- WHAT IS NEEDED -
Tally every line of the listing where the string "IFCRELASSOCIATESMATERIAL" is found, and state the total alone.

------

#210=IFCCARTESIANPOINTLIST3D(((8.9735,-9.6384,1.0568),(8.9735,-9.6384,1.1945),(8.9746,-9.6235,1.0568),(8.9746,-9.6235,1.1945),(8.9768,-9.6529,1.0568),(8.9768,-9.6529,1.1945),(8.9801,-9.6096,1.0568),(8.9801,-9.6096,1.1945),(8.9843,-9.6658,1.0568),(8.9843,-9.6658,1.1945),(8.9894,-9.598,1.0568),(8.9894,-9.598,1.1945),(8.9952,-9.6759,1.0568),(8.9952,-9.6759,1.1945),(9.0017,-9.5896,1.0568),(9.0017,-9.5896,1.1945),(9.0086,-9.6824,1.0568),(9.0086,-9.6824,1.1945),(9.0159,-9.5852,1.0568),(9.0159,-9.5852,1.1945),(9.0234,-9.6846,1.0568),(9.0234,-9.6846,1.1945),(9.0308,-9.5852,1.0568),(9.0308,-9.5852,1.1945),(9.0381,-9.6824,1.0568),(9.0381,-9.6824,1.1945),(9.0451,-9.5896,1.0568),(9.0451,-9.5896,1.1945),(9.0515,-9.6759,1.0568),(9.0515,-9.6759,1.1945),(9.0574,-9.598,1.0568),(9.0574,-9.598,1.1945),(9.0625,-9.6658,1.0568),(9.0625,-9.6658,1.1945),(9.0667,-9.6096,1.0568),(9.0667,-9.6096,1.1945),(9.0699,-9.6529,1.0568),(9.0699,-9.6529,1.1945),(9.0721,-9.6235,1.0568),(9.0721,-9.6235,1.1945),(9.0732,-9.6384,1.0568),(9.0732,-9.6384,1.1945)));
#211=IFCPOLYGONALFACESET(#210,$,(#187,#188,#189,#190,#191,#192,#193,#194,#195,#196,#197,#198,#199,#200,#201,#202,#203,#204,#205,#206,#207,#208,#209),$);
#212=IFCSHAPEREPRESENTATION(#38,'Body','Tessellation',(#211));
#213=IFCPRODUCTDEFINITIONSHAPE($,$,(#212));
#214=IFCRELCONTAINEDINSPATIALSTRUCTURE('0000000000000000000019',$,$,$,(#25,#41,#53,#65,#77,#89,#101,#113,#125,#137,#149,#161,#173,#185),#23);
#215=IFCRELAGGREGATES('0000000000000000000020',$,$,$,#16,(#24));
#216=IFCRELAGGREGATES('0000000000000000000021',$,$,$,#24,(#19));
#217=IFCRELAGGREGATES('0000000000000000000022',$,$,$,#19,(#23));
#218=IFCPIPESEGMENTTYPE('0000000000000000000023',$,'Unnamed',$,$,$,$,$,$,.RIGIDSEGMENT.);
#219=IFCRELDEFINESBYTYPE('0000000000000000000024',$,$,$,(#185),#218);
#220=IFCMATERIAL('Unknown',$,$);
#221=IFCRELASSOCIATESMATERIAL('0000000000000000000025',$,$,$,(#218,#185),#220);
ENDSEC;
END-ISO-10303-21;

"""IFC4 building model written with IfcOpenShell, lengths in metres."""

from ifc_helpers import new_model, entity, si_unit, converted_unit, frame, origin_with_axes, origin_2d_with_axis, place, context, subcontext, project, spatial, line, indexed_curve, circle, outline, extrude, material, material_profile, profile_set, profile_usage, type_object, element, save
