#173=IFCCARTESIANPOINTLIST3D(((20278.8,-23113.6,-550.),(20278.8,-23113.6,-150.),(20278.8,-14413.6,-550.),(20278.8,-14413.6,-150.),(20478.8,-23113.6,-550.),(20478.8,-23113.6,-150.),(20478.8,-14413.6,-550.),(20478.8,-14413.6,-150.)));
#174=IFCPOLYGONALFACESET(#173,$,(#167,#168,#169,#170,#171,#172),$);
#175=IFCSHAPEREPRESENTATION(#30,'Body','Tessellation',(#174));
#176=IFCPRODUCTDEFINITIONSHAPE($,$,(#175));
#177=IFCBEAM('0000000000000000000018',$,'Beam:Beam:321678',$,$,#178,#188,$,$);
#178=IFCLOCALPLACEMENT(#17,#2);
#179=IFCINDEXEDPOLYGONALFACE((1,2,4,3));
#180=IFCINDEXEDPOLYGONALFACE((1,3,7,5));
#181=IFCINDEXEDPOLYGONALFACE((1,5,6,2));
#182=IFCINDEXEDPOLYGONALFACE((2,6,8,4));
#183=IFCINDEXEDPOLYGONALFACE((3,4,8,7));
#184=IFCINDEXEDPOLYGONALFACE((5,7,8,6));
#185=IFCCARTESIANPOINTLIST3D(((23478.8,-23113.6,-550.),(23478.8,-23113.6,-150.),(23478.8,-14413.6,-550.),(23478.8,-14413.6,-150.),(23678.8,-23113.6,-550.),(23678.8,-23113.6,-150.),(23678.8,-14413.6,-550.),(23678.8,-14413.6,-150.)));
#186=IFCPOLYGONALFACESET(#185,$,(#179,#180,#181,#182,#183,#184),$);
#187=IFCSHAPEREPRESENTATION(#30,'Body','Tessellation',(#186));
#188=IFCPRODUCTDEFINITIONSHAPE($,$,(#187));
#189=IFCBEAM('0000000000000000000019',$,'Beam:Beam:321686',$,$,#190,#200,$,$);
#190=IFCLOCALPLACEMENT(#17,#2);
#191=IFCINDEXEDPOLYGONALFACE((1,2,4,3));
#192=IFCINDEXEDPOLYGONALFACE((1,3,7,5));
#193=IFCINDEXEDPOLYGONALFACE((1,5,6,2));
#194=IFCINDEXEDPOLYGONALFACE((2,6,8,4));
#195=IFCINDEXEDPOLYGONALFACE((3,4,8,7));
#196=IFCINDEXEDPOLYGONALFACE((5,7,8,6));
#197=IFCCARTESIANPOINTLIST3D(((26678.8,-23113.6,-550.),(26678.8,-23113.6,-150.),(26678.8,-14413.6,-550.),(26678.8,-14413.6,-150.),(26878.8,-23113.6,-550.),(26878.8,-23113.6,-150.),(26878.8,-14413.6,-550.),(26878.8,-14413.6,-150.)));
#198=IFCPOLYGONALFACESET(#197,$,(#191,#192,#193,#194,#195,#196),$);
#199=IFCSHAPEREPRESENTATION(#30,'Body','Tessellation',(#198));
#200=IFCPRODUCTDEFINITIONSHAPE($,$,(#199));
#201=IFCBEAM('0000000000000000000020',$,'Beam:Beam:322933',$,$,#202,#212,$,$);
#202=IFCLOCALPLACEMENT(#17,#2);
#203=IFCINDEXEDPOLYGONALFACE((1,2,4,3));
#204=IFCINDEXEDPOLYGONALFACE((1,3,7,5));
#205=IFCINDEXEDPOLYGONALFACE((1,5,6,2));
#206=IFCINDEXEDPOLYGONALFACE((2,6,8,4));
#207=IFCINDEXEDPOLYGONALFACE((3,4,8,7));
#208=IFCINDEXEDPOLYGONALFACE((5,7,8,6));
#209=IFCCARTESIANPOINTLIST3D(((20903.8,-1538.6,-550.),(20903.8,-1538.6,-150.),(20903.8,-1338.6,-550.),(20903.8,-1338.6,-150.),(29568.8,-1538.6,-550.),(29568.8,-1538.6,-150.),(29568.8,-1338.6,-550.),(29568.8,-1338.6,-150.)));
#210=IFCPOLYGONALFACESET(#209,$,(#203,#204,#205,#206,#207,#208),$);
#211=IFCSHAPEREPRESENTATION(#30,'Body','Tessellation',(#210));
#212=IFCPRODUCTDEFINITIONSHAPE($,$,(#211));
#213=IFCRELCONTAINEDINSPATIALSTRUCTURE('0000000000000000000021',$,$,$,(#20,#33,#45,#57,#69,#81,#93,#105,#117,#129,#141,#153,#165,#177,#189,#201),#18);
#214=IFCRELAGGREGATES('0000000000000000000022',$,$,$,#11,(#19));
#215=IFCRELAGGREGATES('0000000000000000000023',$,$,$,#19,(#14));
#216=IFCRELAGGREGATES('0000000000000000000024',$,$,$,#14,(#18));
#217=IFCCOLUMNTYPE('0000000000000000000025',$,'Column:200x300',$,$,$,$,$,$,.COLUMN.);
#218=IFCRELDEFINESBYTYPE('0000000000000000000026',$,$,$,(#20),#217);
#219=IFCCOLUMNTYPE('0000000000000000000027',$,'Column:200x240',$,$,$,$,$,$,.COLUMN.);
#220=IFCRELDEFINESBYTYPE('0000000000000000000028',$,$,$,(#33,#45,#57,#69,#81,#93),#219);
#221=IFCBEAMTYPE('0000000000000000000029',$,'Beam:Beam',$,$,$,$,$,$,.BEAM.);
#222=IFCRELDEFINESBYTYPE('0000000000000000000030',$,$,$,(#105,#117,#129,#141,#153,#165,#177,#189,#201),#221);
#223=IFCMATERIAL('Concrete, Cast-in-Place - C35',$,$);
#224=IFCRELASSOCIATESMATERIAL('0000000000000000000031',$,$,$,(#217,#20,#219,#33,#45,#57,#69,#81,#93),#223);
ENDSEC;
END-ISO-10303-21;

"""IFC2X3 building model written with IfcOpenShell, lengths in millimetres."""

------

- SOLUTION FOR THIS PROBLEM -
2